Scarlett could have discussed, if he chose to (see the list at the
beginning of this paragraph). Perception does matter here. When
dealing with a company with as painful a history as Geron's,
uncertainty is uniformly bad for the stock price.
As far as what longs can do, the best thing is to stay informed
and act as proxy communicators for Geron. If the company does not,
or cannot, be communicative at this time (be it on the terms of the
Janssen deal, lawsuits, whatever), retail investors can help close
that knowledge gap.
This leads me to my last point, which has been contentious on
the SA discussion threads: dilution and an acquisition. For
context, Dr. Scarlett has expressed interest in
acquiring or in-licensingone or
more new molecules. I am not going to belabor this point, except to
express my own view and then leave it to commentators to have the
floor. Now is not the time for Geron to make an acquisition. If the
company were to dilute to fund an early-stage molecule, I believe
the odds are much greater than not that the market will react very
poorly to this news and will punish Geron unfairly due to its past
missteps. An acquisition/secondary will offer the shorts (
30 million shares!) a clean
getaway and almost certainly send the likelihood of a near- to
intermediate-term squeeze to almost 0%. If there is going to be a
squeeze before commercialization, it will likely occur when and if
positive data from the Phase II trial is released. I do not want
Geron to remove fuel from the fire with a secondary offering before
that time, at the earliest.
The road has been too long and too painful to add another
unpredictable variable into the equation at this moment. We are so
close to learning exactly what we have in IMET. The Phase II trial
should give preliminary data readouts in a matter of a few short
months. When you have your best hitter at the plate, you do not try
to steal home. If IMET hits a home run, a secondary would be much
more lucrative after Phase II data.
Most of the risks are what you would expect of similarly
situated clinical-stage biotech companies:
IMET fails to meet clinical endpoints in MF Phase II trial
(unlikely, as Mayo Clinic has already found efficacy, and JNJ has
designed the study conservatively).
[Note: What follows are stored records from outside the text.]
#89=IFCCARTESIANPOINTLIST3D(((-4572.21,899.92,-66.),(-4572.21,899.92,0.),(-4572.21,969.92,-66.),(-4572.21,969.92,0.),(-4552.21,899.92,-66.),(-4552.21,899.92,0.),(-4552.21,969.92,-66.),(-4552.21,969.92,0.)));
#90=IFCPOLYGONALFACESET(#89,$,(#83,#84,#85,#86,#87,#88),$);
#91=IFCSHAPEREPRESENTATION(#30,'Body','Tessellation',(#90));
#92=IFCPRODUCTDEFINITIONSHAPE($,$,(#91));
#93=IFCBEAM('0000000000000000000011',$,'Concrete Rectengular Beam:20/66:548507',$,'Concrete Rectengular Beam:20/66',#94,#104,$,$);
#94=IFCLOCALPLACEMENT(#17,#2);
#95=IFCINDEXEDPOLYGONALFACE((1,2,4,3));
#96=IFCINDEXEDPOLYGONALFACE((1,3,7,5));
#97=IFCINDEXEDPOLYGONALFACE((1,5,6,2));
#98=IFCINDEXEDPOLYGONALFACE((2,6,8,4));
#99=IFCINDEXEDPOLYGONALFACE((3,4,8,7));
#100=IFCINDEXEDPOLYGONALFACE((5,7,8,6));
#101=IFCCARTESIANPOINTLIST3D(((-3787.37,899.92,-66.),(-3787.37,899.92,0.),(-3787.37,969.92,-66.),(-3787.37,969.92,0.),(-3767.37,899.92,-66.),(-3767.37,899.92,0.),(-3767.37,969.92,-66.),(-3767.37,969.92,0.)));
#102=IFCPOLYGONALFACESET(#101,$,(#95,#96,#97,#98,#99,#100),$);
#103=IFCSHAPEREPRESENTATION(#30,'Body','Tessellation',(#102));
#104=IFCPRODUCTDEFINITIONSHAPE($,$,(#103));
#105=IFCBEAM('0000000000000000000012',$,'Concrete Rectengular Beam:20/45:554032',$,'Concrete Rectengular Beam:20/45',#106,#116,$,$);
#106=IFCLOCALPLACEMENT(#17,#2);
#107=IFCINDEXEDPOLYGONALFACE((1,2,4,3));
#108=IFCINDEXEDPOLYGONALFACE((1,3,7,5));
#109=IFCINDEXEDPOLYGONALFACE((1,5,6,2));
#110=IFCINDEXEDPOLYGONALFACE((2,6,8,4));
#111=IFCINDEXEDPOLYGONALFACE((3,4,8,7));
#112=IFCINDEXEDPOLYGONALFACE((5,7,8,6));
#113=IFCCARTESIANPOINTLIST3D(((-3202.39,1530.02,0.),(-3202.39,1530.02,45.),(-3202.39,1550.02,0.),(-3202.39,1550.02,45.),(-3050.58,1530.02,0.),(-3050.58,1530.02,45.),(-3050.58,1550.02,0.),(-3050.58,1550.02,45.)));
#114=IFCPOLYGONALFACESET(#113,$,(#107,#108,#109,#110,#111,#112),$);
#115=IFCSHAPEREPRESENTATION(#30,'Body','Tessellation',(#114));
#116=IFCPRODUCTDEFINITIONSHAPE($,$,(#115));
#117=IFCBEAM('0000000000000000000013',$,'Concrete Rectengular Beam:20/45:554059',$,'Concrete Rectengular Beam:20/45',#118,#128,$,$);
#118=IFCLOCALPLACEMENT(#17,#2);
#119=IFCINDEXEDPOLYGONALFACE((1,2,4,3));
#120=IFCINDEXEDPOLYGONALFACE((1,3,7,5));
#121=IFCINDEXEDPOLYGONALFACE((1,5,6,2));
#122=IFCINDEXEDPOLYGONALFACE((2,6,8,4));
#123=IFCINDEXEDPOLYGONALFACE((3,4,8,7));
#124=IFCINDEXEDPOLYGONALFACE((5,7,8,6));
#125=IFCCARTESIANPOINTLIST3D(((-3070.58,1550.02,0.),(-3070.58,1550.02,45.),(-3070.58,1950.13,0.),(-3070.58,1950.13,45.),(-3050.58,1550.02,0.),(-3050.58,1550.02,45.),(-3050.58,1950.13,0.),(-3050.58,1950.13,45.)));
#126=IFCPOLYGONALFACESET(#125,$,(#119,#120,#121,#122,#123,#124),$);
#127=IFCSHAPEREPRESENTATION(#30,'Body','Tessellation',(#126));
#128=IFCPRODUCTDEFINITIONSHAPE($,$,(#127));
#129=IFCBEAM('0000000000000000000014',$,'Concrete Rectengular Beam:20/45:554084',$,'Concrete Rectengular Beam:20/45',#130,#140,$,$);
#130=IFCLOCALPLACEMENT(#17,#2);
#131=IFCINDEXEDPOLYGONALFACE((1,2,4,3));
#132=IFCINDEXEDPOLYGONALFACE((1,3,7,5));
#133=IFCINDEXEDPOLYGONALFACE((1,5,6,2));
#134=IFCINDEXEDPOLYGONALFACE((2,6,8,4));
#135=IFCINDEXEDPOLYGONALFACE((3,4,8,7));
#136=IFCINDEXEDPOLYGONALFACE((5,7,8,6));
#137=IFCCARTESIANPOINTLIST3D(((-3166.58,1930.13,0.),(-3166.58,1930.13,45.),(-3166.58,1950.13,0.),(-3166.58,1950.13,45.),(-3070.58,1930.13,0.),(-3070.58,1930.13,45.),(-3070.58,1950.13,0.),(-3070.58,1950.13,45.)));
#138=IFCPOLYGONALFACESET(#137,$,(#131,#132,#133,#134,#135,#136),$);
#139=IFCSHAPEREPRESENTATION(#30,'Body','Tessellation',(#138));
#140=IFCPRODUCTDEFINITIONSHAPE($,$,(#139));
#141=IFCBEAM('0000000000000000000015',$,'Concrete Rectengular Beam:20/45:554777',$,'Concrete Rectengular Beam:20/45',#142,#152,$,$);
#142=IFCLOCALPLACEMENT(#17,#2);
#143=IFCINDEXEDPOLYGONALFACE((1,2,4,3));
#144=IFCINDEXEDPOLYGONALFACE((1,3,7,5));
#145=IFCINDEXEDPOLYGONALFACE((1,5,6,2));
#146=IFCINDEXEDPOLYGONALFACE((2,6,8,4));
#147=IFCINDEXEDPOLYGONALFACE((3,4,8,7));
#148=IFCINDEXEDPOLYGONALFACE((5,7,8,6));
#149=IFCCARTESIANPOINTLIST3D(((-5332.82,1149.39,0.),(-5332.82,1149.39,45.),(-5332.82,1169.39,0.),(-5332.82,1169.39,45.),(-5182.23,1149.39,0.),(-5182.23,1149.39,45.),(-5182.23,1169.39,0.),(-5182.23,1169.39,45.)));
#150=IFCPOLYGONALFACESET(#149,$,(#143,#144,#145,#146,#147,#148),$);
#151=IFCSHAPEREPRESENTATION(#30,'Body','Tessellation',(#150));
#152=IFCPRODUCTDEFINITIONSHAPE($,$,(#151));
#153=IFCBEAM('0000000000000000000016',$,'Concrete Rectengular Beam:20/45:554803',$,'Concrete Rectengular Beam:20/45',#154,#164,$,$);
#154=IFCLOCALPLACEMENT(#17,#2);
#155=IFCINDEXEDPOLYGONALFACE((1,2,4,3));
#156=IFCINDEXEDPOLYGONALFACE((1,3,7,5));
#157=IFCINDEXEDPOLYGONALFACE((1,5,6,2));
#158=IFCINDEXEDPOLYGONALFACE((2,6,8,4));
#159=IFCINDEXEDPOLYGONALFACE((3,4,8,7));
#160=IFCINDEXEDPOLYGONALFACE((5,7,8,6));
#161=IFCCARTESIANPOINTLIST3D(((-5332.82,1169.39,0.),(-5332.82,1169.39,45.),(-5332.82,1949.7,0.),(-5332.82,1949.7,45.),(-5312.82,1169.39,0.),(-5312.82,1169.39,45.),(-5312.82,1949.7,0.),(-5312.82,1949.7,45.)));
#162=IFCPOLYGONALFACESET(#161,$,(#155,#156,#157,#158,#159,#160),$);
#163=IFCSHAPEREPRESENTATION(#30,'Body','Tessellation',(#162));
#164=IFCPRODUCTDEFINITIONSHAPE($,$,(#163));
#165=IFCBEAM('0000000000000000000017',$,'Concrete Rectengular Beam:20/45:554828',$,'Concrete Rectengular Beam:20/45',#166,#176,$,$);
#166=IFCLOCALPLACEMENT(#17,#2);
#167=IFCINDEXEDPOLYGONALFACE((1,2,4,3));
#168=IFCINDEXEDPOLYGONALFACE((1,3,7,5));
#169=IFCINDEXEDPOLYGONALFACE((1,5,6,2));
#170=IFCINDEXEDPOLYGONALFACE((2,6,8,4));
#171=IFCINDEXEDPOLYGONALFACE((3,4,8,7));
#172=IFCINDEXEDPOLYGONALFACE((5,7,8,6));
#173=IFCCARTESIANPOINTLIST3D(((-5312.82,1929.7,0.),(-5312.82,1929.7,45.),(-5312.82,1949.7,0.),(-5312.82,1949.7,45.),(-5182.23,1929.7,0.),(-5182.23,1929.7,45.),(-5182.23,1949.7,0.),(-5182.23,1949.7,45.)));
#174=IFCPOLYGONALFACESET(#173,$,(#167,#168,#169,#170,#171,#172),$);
However, as IMET is Geron's
only pipeline candidate, this risk is multiplied.
Severe safety signals are found in the trials (also unlikely,
as the FDA has released the clinical hold, and IMET treats very
serious conditions for which some safety issues would be an
acceptable trade-off).
Janssen withdraws from the collaboration agreement (highly
unlikely unless IMET fails to meet endpoints, in which case it's a
wipeout anyway).
Negative market forces.
Dilution and acquisitions (discussed above). These could, of
course, also represent upside over the longer term.